**EXERCISE INSTRUCTIONS:** Could you print the full listing below, keeping each line identical?

**SOURCE MATERIAL:**
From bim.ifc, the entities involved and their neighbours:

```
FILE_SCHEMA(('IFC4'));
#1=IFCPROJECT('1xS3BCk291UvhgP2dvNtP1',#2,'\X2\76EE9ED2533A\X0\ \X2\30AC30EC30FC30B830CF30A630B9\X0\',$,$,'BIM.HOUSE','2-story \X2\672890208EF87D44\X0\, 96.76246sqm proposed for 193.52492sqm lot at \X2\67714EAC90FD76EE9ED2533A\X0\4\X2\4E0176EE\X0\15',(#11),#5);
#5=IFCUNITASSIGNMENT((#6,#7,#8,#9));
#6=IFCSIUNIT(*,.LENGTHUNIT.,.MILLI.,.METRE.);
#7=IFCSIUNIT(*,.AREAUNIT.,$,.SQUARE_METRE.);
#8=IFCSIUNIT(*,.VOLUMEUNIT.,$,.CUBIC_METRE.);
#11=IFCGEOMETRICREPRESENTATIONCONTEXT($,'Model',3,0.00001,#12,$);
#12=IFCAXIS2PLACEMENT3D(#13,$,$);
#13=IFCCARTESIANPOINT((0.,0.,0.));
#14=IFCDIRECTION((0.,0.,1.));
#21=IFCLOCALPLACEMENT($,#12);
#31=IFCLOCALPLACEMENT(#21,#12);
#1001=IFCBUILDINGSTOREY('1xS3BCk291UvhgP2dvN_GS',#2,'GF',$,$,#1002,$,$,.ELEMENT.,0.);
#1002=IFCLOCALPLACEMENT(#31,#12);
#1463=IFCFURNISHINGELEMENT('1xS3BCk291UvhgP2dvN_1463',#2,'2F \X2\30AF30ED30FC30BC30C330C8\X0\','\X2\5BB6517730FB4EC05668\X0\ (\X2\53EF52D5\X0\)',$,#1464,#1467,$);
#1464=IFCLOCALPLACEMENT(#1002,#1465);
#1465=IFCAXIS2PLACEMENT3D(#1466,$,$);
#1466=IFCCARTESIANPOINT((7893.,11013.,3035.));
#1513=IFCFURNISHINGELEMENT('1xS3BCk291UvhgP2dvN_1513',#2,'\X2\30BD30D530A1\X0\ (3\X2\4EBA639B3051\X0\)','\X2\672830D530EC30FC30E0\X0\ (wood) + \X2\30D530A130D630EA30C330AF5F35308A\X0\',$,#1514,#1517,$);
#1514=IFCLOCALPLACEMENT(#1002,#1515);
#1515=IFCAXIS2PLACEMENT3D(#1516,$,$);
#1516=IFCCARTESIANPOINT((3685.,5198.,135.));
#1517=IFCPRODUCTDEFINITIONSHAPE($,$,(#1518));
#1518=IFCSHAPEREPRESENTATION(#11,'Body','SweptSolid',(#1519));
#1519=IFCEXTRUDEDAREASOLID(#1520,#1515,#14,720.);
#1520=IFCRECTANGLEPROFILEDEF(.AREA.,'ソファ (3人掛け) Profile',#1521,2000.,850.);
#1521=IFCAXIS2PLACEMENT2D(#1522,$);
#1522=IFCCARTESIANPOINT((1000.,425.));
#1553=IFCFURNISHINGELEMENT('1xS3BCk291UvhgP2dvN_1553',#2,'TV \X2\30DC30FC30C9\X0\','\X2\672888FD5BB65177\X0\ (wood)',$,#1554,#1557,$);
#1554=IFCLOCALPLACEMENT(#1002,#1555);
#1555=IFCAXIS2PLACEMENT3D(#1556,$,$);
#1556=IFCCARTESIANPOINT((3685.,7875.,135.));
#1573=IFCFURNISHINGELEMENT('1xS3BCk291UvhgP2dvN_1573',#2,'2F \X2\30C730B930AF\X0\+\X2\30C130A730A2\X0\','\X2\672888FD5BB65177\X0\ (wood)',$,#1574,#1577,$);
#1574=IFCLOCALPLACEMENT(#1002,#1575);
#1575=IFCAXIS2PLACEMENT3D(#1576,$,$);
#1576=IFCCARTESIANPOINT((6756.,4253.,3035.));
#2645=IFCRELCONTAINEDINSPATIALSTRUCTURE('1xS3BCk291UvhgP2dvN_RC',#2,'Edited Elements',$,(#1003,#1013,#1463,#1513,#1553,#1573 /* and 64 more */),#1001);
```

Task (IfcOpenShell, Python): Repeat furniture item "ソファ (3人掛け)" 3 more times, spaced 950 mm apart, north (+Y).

```python
import numpy as np
import ifcopenshell
import ifcopenshell.api.geometry
import ifcopenshell.api.root
import ifcopenshell.util.element
import ifcopenshell.util.placement
import ifcopenshell.util.unit

model = ifcopenshell.open("bim.ifc")
unit_scale = ifcopenshell.util.unit.calculate_unit_scale(model)


def reuse_history(source, copy):
    """copy_class also copies each property set's owner history, people and application; keep the originals."""
    for rel in copy.IsDefinedBy:
        if rel.is_a("IfcRelDefinesByProperties") and (history := rel.RelatingPropertyDefinition.OwnerHistory):
            rel.RelatingPropertyDefinition.OwnerHistory = source.OwnerHistory
            ifcopenshell.util.element.remove_deep2(model, history)


source = model.by_guid("1xS3BCk291UvhgP2dvN_1513")
base = ifcopenshell.util.placement.get_local_placement(source.ObjectPlacement)
step = np.array([0.0, 1.0, 0.0]) * 0.95 / unit_scale

for i in range(1, 4):
    copy = ifcopenshell.api.root.copy_class(model, product=source)
    copy.Representation = ifcopenshell.util.element.copy_deep(
        model, source.Representation, exclude=["IfcGeometricRepresentationContext", "IfcRepresentationMap"]
    )
    reuse_history(source, copy)
    matrix = base.copy()
    matrix[:3, 3] += i * step
    print("added at", matrix[:3, 3].round(3) + 0.0)
    ifcopenshell.api.geometry.edit_object_placement(model, product=copy, matrix=matrix, is_si=False)

model.write("bim_v2.ifc")
```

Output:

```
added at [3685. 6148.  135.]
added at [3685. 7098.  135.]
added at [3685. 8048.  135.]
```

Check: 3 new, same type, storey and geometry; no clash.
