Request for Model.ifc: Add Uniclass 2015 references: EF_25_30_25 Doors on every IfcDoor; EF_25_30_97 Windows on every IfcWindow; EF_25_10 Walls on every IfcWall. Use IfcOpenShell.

First a look at what the model holds.

```python
import ifcopenshell

model = ifcopenshell.open("Model.ifc")
print(model.schema)
print("classifications:", [c.Name for c in model.by_type("IfcClassification")])
for ifc_class in ("IfcDoor", "IfcRoof", "IfcStair", "IfcWall", "IfcWindow"):
    print(ifc_class, len(model.by_type(ifc_class)))
```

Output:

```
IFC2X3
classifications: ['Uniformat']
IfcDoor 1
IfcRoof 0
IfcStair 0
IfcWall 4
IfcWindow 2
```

```python
import ifcopenshell
import ifcopenshell.api.classification

model = ifcopenshell.open("Model.ifc")

# IFC2X3 requires Source and Edition and has no link from the project to the system.
system = model.create_entity("IfcClassification", Source="NBS", Edition="2015", Name="Uniclass 2015")

codes = {
    "IfcDoor": ("EF_25_30_25", "Doors"),
    "IfcWindow": ("EF_25_30_97", "Windows"),
    "IfcWall": ("EF_25_10", "Walls"),
}
for ifc_class, (code, name) in codes.items():
    products = model.by_type(ifc_class)
    ifcopenshell.api.classification.add_reference(
        model, products=products, classification=system, identification=code, name=name
    )
    print(code, len(products))

model.write("Model_edited.ifc")
```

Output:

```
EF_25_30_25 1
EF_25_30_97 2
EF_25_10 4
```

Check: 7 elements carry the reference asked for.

**OUTPUT OF THE TASK:**
From bim.ifc, the entities involved and their neighbours:

```
FILE_SCHEMA(('IFC4'));
#1=IFCPROJECT('1xS3BCk291UvhgP2dvNtP1',#2,'\X2\76EE9ED2533A\X0\ \X2\30AC30EC30FC30B830CF30A630B9\X0\',$,$,'BIM.HOUSE','2-story \X2\672890208EF87D44\X0\, 96.76246sqm proposed for 193.52492sqm lot at \X2\67714EAC90FD76EE9ED2533A\X0\4\X2\4E0176EE\X0\15',(#11),#5);
#5=IFCUNITASSIGNMENT((#6,#7,#8,#9));
#6=IFCSIUNIT(*,.LENGTHUNIT.,.MILLI.,.METRE.);
#7=IFCSIUNIT(*,.AREAUNIT.,$,.SQUARE_METRE.);
#8=IFCSIUNIT(*,.VOLUMEUNIT.,$,.CUBIC_METRE.);
#11=IFCGEOMETRICREPRESENTATIONCONTEXT($,'Model',3,0.00001,#12,$);
#12=IFCAXIS2PLACEMENT3D(#13,$,$);
#13=IFCCARTESIANPOINT((0.,0.,0.));
#14=IFCDIRECTION((0.,0.,1.));
#21=IFCLOCALPLACEMENT($,#12);
#31=IFCLOCALPLACEMENT(#21,#12);
#1001=IFCBUILDINGSTOREY('1xS3BCk291UvhgP2dvN_GS',#2,'GF',$,$,#1002,$,$,.ELEMENT.,0.);
#1002=IFCLOCALPLACEMENT(#31,#12);
#1463=IFCFURNISHINGELEMENT('1xS3BCk291UvhgP2dvN_1463',#2,'2F \X2\30AF30ED30FC30BC30C330C8\X0\','\X2\5BB6517730FB4EC05668\X0\ (\X2\53EF52D5\X0\)',$,#1464,#1467,$);
#1464=IFCLOCALPLACEMENT(#1002,#1465);
#1465=IFCAXIS2PLACEMENT3D(#1466,$,$);
#1466=IFCCARTESIANPOINT((7893.,11013.,3035.));
#1513=IFCFURNISHINGELEMENT('1xS3BCk291UvhgP2dvN_1513',#2,'\X2\30BD30D530A1\X0\ (3\X2\4EBA639B3051\X0\)','\X2\672830D530EC30FC30E0\X0\ (wood) + \X2\30D530A130D630EA30C330AF5F35308A\X0\',$,#1514,#1517,$);
#1514=IFCLOCALPLACEMENT(#1002,#1515);
#1515=IFCAXIS2PLACEMENT3D(#1516,$,$);
#1516=IFCCARTESIANPOINT((3685.,5198.,135.));
#1517=IFCPRODUCTDEFINITIONSHAPE($,$,(#1518));
#1518=IFCSHAPEREPRESENTATION(#11,'Body','SweptSolid',(#1519));
#1519=IFCEXTRUDEDAREASOLID(#1520,#1515,#14,720.);
#1520=IFCRECTANGLEPROFILEDEF(.AREA.,'ソファ (3人掛け) Profile',#1521,2000.,850.);
#1521=IFCAXIS2PLACEMENT2D(#1522,$);
#1522=IFCCARTESIANPOINT((1000.,425.));
#1553=IFCFURNISHINGELEMENT('1xS3BCk291UvhgP2dvN_1553',#2,'TV \X2\30DC30FC30C9\X0\','\X2\672888FD5BB65177\X0\ (wood)',$,#1554,#1557,$);
#1554=IFCLOCALPLACEMENT(#1002,#1555);
#1555=IFCAXIS2PLACEMENT3D(#1556,$,$);
#1556=IFCCARTESIANPOINT((3685.,7875.,135.));
#1573=IFCFURNISHINGELEMENT('1xS3BCk291UvhgP2dvN_1573',#2,'2F \X2\30C730B930AF\X0\+\X2\30C130A730A2\X0\','\X2\672888FD5BB65177\X0\ (wood)',$,#1574,#1577,$);
#1574=IFCLOCALPLACEMENT(#1002,#1575);
#1575=IFCAXIS2PLACEMENT3D(#1576,$,$);
#1576=IFCCARTESIANPOINT((6756.,4253.,3035.));
#2645=IFCRELCONTAINEDINSPATIALSTRUCTURE('1xS3BCk291UvhgP2dvN_RC',#2,'Edited Elements',$,(#1003,#1013,#1463,#1513,#1553,#1573 /* and 64 more */),#1001);
```

Task (IfcOpenShell, Python): Repeat furniture item "ソファ (3人掛け)" 3 more times, spaced 950 mm apart, north (+Y).

```python
import numpy as np
import ifcopenshell
import ifcopenshell.api.geometry
import ifcopenshell.api.root
import ifcopenshell.util.element
import ifcopenshell.util.placement
import ifcopenshell.util.unit

model = ifcopenshell.open("bim.ifc")
unit_scale = ifcopenshell.util.unit.calculate_unit_scale(model)


def reuse_history(source, copy):
    """copy_class also copies each property set's owner history, people and application; keep the originals."""
    for rel in copy.IsDefinedBy:
        if rel.is_a("IfcRelDefinesByProperties") and (history := rel.RelatingPropertyDefinition.OwnerHistory):
            rel.RelatingPropertyDefinition.OwnerHistory = source.OwnerHistory
            ifcopenshell.util.element.remove_deep2(model, history)


source = model.by_guid("1xS3BCk291UvhgP2dvN_1513")
base = ifcopenshell.util.placement.get_local_placement(source.ObjectPlacement)
step = np.array([0.0, 1.0, 0.0]) * 0.95 / unit_scale

for i in range(1, 4):
    copy = ifcopenshell.api.root.copy_class(model, product=source)
    copy.Representation = ifcopenshell.util.element.copy_deep(
        model, source.Representation, exclude=["IfcGeometricRepresentationContext", "IfcRepresentationMap"]
    )
    reuse_history(source, copy)
    matrix = base.copy()
    matrix[:3, 3] += i * step
    print("added at", matrix[:3, 3].round(3) + 0.0)
    ifcopenshell.api.geometry.edit_object_placement(model, product=copy, matrix=matrix, is_si=False)

model.write("bim_v2.ifc")
```

Output:

```
added at [3685. 6148.  135.]
added at [3685. 7098.  135.]
added at [3685. 8048.  135.]
```

Check: 3 new, same type, storey and geometry; no clash.
Request for Model.ifc: Add Uniclass 2015 references: EF_25_30_25 Doors on every IfcDoor; EF_25_30_97 Windows on every IfcWindow; EF_25_10 Walls on every IfcWall. Use IfcOpenShell.

First a look at what the model holds.

```python
import ifcopenshell

model = ifcopenshell.open("Model.ifc")
print(model.schema)
print("classifications:", [c.Name for c in model.by_type("IfcClassification")])
for ifc_class in ("IfcDoor", "IfcRoof", "IfcStair", "IfcWall", "IfcWindow"):
    print(ifc_class, len(model.by_type(ifc_class)))
```

Output:

```
IFC2X3
classifications: ['Uniformat']
IfcDoor 1
IfcRoof 0
IfcStair 0
IfcWall 4
IfcWindow 2
```

```python
import ifcopenshell
import ifcopenshell.api.classification

model = ifcopenshell.open("Model.ifc")

# IFC2X3 requires Source and Edition and has no link from the project to the system.
system = model.create_entity("IfcClassification", Source="NBS", Edition="2015", Name="Uniclass 2015")

codes = {
    "IfcDoor": ("EF_25_30_25", "Doors"),
    "IfcWindow": ("EF_25_30_97", "Windows"),
    "IfcWall": ("EF_25_10", "Walls"),
}
for ifc_class, (code, name) in codes.items():
    products = model.by_type(ifc_class)
    ifcopenshell.api.classification.add_reference(
        model, products=products, classification=system, identification=code, name=name
    )
    print(code, len(products))

model.write("Model_edited.ifc")
```

Output:

```
EF_25_30_25 1
EF_25_30_97 2
EF_25_10 4
```

Check: 7 elements carry the reference asked for.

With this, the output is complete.